_WHAT TO PRODUCE:_ A line belongs in the answer if it contains "NOTDEFINED"; copy every such line from the entries below.
####################
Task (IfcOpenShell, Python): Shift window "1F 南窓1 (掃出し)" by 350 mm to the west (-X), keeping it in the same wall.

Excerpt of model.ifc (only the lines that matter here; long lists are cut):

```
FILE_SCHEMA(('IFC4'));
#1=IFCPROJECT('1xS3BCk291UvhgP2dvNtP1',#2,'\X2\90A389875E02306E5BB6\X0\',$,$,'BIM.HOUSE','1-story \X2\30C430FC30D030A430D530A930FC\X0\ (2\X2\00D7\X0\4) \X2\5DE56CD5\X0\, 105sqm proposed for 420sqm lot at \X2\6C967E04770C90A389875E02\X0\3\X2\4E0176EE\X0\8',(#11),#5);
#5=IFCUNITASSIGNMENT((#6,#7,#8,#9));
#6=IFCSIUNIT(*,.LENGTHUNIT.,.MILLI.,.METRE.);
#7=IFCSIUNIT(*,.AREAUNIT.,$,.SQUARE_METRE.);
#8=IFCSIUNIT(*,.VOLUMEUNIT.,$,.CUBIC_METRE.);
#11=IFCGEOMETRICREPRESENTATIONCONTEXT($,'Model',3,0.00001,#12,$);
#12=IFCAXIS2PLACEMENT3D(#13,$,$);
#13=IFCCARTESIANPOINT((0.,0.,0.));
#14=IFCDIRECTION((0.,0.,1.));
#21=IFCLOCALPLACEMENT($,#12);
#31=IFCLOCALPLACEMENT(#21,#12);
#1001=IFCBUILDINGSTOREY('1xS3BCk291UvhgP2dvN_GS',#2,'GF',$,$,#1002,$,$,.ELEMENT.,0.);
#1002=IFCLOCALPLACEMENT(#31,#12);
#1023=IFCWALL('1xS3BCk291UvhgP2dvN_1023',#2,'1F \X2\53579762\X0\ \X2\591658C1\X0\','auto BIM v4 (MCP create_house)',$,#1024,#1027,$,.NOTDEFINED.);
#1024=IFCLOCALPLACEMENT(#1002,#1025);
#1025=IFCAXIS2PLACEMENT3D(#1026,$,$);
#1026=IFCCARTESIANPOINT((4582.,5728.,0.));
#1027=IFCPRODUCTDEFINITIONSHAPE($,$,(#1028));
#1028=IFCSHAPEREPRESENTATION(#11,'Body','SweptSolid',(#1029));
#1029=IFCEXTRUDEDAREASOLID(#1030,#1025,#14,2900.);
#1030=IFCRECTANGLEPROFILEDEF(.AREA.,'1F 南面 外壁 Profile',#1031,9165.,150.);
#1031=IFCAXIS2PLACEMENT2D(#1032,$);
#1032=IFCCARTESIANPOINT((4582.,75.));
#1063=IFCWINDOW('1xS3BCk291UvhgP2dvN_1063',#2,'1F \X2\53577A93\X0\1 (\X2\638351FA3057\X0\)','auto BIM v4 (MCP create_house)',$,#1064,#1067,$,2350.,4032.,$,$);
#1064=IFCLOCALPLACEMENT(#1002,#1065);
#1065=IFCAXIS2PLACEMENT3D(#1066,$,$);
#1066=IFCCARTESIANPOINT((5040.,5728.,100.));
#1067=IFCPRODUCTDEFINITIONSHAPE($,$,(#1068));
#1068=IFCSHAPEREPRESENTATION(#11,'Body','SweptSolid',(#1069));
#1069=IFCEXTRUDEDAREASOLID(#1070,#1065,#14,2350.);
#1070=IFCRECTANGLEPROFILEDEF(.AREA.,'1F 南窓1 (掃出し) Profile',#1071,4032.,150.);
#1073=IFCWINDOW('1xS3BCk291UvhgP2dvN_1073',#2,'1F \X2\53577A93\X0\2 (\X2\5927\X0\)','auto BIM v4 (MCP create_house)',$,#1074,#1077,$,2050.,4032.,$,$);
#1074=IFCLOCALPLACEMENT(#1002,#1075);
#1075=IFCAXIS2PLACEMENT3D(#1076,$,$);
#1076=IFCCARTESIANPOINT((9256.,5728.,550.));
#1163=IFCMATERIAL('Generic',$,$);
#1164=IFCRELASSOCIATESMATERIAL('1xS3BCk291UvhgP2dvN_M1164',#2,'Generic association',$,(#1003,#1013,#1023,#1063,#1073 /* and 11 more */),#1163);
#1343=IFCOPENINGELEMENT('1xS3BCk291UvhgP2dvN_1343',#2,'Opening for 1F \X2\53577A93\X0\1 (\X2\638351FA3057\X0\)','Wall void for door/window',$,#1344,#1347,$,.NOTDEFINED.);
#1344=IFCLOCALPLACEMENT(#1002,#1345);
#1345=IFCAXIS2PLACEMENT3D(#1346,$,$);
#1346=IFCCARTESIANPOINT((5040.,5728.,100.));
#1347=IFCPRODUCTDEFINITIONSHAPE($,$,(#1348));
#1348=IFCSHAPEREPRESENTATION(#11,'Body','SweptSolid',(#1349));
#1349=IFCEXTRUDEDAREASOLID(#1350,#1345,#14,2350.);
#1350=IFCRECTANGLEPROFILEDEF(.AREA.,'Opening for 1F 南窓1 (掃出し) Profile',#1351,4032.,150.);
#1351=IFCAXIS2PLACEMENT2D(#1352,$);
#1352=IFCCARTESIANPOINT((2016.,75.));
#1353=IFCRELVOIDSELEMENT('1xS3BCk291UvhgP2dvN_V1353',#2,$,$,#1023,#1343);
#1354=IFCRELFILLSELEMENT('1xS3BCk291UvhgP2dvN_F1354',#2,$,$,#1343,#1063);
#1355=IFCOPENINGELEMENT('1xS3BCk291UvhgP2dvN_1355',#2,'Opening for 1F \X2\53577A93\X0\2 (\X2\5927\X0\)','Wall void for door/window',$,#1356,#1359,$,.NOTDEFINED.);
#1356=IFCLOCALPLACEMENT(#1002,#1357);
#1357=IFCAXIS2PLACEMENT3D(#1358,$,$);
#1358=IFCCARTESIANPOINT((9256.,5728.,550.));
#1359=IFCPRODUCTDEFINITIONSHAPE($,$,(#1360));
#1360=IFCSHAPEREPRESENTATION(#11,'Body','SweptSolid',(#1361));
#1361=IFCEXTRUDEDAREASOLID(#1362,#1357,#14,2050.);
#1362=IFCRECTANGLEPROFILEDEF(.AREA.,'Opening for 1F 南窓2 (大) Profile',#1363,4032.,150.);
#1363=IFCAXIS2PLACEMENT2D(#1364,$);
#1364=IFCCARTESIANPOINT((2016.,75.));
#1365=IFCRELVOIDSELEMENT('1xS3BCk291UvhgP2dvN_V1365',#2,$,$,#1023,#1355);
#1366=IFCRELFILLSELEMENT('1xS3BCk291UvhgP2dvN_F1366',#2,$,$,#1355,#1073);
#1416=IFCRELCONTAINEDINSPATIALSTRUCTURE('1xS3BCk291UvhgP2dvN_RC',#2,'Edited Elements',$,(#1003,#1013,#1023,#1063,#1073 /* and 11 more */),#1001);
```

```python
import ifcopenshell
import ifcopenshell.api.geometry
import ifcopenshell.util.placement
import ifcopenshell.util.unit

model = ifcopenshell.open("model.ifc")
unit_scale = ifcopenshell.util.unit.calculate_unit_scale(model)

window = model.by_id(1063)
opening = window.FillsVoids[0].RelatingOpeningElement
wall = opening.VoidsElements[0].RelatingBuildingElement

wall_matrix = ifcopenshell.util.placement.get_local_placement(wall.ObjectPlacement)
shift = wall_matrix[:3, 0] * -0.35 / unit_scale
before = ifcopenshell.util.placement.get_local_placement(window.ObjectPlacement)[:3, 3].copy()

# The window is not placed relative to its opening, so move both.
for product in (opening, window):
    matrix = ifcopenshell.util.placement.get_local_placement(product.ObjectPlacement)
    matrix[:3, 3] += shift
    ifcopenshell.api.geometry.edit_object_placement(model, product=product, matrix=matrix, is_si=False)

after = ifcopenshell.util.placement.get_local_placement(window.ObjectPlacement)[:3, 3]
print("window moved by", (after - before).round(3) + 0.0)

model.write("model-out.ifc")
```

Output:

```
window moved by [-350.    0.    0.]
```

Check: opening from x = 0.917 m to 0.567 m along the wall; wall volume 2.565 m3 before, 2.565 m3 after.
####################
_RESPONSE TO THE TASK:_
#1023=IFCWALL('1xS3BCk291UvhgP2dvN_1023',#2,'1F \X2\53579762\X0\ \X2\591658C1\X0\','auto BIM v4 (MCP create_house)',$,#1024,#1027,$,.NOTDEFINED.);
#1343=IFCOPENINGELEMENT('1xS3BCk291UvhgP2dvN_1343',#2,'Opening for 1F \X2\53577A93\X0\1 (\X2\638351FA3057\X0\)','Wall void for door/window',$,#1344,#1347,$,.NOTDEFINED.);
#1355=IFCOPENINGELEMENT('1xS3BCk291UvhgP2dvN_1355',#2,'Opening for 1F \X2\53577A93\X0\2 (\X2\5927\X0\)','Wall void for door/window',$,#1356,#1359,$,.NOTDEFINED.);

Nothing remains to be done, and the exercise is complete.